**Work request**
Copy every line below exactly.

[Entries taken from a collection]
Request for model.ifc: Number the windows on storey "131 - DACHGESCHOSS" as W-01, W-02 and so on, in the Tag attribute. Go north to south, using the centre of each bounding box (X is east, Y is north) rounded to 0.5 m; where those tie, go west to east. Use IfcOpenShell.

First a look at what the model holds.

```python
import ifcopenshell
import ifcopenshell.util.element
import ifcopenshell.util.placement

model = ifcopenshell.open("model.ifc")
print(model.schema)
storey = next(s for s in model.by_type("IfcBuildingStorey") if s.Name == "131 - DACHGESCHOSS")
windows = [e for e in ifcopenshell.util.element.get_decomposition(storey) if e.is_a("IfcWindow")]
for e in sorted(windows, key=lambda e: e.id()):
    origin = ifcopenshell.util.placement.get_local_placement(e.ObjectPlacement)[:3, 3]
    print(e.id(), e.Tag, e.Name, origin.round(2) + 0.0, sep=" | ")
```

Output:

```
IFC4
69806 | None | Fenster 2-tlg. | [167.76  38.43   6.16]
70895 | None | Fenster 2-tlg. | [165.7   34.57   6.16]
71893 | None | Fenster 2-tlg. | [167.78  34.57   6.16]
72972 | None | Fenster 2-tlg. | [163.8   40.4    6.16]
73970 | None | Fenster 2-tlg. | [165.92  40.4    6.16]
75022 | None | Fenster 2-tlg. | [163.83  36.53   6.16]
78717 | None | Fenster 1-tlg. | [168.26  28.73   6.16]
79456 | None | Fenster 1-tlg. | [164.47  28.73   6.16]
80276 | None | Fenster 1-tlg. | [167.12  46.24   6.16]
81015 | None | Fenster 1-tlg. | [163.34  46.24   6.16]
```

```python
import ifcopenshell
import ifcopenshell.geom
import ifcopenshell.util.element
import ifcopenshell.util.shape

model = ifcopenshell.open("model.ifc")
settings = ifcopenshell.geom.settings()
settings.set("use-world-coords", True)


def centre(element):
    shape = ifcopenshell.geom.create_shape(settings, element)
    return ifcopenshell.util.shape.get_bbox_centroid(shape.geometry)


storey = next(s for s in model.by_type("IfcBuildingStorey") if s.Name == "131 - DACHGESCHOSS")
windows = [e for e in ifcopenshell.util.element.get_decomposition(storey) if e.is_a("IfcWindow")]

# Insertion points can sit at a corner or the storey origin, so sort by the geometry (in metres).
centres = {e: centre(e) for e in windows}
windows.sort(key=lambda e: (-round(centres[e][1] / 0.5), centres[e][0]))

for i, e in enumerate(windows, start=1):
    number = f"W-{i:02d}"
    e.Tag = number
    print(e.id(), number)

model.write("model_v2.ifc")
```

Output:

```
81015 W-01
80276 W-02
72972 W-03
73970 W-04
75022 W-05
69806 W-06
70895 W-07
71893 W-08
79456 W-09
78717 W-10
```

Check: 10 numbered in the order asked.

**Solution below**
Request for model.ifc: Number the windows on storey "131 - DACHGESCHOSS" as W-01, W-02 and so on, in the Tag attribute. Go north to south, using the centre of each bounding box (X is east, Y is north) rounded to 0.5 m; where those tie, go west to east. Use IfcOpenShell.

First a look at what the model holds.

```python
import ifcopenshell
import ifcopenshell.util.element
import ifcopenshell.util.placement

model = ifcopenshell.open("model.ifc")
print(model.schema)
storey = next(s for s in model.by_type("IfcBuildingStorey") if s.Name == "131 - DACHGESCHOSS")
windows = [e for e in ifcopenshell.util.element.get_decomposition(storey) if e.is_a("IfcWindow")]
for e in sorted(windows, key=lambda e: e.id()):
    origin = ifcopenshell.util.placement.get_local_placement(e.ObjectPlacement)[:3, 3]
    print(e.id(), e.Tag, e.Name, origin.round(2) + 0.0, sep=" | ")
```

Output:

```
IFC4
69806 | None | Fenster 2-tlg. | [167.76  38.43   6.16]
70895 | None | Fenster 2-tlg. | [165.7   34.57   6.16]
71893 | None | Fenster 2-tlg. | [167.78  34.57   6.16]
72972 | None | Fenster 2-tlg. | [163.8   40.4    6.16]
73970 | None | Fenster 2-tlg. | [165.92  40.4    6.16]
75022 | None | Fenster 2-tlg. | [163.83  36.53   6.16]
78717 | None | Fenster 1-tlg. | [168.26  28.73   6.16]
79456 | None | Fenster 1-tlg. | [164.47  28.73   6.16]
80276 | None | Fenster 1-tlg. | [167.12  46.24   6.16]
81015 | None | Fenster 1-tlg. | [163.34  46.24   6.16]
```

```python
import ifcopenshell
import ifcopenshell.geom
import ifcopenshell.util.element
import ifcopenshell.util.shape

model = ifcopenshell.open("model.ifc")
settings = ifcopenshell.geom.settings()
settings.set("use-world-coords", True)


def centre(element):
    shape = ifcopenshell.geom.create_shape(settings, element)
    return ifcopenshell.util.shape.get_bbox_centroid(shape.geometry)


storey = next(s for s in model.by_type("IfcBuildingStorey") if s.Name == "131 - DACHGESCHOSS")
windows = [e for e in ifcopenshell.util.element.get_decomposition(storey) if e.is_a("IfcWindow")]

# Insertion points can sit at a corner or the storey origin, so sort by the geometry (in metres).
centres = {e: centre(e) for e in windows}
windows.sort(key=lambda e: (-round(centres[e][1] / 0.5), centres[e][0]))

for i, e in enumerate(windows, start=1):
    number = f"W-{i:02d}"
    e.Tag = number
    print(e.id(), number)

model.write("model_v2.ifc")
```

Output:

```
81015 W-01
80276 W-02
72972 W-03
73970 W-04
75022 W-05
69806 W-06
70895 W-07
71893 W-08
79456 W-09
78717 W-10
```

Check: 10 numbered in the order asked.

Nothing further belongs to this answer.